◆ **Problem requirements**:
Lines below that include the word "IFCEXTRUDEDAREASOLID" should each be copied.

◆ **Listed records**:
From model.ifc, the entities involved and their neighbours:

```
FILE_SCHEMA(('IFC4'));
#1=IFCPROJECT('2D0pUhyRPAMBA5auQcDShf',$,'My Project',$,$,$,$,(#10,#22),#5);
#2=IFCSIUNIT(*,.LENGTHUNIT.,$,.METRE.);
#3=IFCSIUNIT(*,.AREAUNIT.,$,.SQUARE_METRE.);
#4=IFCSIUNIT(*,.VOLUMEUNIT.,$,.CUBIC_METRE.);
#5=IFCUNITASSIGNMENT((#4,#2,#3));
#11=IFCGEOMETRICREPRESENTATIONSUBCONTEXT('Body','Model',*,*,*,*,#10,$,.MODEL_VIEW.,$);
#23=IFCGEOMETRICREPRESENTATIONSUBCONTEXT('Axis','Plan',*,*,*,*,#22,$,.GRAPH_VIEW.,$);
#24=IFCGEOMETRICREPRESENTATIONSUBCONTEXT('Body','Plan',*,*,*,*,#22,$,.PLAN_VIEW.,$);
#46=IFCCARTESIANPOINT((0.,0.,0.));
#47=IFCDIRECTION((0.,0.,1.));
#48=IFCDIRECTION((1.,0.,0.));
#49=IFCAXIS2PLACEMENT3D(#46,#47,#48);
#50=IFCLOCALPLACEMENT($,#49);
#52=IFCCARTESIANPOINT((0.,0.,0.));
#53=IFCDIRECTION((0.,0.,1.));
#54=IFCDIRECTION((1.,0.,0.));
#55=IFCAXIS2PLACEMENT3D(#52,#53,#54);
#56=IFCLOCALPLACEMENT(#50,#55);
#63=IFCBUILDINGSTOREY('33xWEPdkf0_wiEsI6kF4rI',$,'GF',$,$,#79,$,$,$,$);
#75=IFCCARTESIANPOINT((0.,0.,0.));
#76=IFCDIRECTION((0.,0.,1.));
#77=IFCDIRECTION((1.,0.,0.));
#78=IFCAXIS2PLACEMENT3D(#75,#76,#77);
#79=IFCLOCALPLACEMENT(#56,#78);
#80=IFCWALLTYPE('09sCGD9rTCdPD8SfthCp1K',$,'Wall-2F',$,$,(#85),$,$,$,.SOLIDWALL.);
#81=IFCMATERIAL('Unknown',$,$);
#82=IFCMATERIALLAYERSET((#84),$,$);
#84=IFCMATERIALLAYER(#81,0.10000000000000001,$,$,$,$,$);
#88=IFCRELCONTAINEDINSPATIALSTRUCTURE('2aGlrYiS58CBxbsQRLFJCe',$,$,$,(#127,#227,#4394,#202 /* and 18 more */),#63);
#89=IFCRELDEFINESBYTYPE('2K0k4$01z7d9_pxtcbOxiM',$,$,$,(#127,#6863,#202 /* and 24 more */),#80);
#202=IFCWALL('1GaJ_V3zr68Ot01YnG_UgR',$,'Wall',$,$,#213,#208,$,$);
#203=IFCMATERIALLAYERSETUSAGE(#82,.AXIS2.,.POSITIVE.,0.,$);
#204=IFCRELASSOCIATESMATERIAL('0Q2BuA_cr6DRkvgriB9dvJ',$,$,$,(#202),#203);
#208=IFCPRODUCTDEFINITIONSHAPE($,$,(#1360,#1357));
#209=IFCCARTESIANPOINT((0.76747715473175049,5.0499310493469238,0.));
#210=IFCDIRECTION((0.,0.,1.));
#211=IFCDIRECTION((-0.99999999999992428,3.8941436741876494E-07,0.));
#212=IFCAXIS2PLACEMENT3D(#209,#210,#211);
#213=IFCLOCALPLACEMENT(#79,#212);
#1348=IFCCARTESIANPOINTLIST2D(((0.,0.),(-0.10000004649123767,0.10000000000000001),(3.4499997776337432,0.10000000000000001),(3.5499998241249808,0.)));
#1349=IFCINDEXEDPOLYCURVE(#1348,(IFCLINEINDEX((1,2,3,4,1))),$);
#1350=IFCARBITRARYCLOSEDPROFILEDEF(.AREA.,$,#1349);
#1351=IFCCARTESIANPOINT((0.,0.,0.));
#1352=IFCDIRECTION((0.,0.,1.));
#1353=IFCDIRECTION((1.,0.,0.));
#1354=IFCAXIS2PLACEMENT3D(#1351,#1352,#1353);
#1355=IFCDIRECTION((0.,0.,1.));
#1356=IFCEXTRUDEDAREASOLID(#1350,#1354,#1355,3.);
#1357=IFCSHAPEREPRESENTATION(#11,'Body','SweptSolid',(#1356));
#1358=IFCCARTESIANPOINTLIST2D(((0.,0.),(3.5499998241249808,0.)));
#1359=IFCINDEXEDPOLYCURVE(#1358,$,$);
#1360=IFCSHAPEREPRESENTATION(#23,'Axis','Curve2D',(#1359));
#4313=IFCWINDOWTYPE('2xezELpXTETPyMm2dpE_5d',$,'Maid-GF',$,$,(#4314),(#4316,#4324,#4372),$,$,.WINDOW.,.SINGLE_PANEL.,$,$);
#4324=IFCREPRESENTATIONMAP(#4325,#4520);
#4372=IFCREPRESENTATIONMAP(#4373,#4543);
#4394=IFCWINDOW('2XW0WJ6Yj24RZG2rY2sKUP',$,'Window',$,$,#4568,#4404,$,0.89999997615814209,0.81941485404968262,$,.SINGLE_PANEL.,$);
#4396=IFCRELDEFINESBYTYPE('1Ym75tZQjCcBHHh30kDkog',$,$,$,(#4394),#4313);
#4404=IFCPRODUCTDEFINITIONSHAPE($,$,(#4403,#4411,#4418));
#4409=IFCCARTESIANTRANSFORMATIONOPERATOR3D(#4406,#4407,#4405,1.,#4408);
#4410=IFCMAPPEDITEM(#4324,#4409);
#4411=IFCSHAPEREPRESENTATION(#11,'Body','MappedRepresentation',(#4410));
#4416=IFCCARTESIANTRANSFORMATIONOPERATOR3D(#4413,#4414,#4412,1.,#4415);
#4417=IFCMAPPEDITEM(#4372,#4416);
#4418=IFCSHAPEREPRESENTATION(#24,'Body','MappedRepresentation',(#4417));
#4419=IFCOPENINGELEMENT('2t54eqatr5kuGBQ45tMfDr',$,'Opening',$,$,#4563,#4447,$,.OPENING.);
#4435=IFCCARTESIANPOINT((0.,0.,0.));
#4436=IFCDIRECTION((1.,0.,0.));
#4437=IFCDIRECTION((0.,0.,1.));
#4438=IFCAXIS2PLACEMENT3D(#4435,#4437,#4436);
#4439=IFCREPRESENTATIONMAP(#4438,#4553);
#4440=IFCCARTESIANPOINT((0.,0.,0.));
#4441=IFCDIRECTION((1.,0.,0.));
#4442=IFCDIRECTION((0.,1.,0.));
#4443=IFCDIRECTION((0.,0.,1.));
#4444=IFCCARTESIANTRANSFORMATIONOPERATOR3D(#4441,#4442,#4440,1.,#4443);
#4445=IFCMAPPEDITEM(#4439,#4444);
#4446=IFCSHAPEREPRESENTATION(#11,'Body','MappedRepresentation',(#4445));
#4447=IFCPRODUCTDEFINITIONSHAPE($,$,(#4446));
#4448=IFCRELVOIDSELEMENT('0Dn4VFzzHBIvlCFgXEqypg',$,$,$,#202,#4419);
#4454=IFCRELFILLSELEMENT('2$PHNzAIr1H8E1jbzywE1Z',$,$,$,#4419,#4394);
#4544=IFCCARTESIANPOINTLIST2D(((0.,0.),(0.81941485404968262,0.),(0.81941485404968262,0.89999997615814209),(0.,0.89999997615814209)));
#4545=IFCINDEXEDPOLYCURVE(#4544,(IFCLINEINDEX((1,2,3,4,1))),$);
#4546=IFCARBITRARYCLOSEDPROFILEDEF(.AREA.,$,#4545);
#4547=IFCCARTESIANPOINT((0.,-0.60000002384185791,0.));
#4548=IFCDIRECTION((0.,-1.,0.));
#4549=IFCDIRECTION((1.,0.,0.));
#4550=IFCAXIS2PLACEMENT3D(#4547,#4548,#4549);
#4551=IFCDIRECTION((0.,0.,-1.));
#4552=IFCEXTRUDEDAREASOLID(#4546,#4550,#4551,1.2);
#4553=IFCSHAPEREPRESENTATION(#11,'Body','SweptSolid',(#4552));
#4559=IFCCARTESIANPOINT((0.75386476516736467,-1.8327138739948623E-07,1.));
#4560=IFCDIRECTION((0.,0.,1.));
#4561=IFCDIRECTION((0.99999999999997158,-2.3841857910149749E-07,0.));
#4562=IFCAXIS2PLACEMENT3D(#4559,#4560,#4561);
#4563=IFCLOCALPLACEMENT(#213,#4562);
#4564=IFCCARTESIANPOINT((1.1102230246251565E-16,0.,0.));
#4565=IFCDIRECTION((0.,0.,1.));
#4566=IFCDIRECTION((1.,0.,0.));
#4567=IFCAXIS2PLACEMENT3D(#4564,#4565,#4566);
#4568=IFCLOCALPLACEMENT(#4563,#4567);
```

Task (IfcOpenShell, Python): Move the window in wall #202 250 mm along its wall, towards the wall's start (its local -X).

```python
import ifcopenshell
import ifcopenshell.api.geometry
import ifcopenshell.util.placement
import ifcopenshell.util.unit

model = ifcopenshell.open("model.ifc")
unit_scale = ifcopenshell.util.unit.calculate_unit_scale(model)

window = model.by_id(4394)
opening = window.FillsVoids[0].RelatingOpeningElement
wall = opening.VoidsElements[0].RelatingBuildingElement

wall_matrix = ifcopenshell.util.placement.get_local_placement(wall.ObjectPlacement)
shift = wall_matrix[:3, 0] * -0.25 / unit_scale
before = ifcopenshell.util.placement.get_local_placement(window.ObjectPlacement)[:3, 3].copy()

# The window is placed relative to its opening, so it follows when the opening moves.
matrix = ifcopenshell.util.placement.get_local_placement(opening.ObjectPlacement)
matrix[:3, 3] += shift
ifcopenshell.api.geometry.edit_object_placement(
    model, product=opening, matrix=matrix, is_si=False, should_transform_children=True
)

after = ifcopenshell.util.placement.get_local_placement(window.ObjectPlacement)[:3, 3]
print("window moved by", (after - before).round(3) + 0.0)

model.write("model_rev.ifc")
```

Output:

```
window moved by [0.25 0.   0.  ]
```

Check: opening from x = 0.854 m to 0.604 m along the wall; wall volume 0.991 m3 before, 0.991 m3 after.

◆ **Written solution**:
#1356=IFCEXTRUDEDAREASOLID(#1350,#1354,#1355,3.);
#4552=IFCEXTRUDEDAREASOLID(#4546,#4550,#4551,1.2);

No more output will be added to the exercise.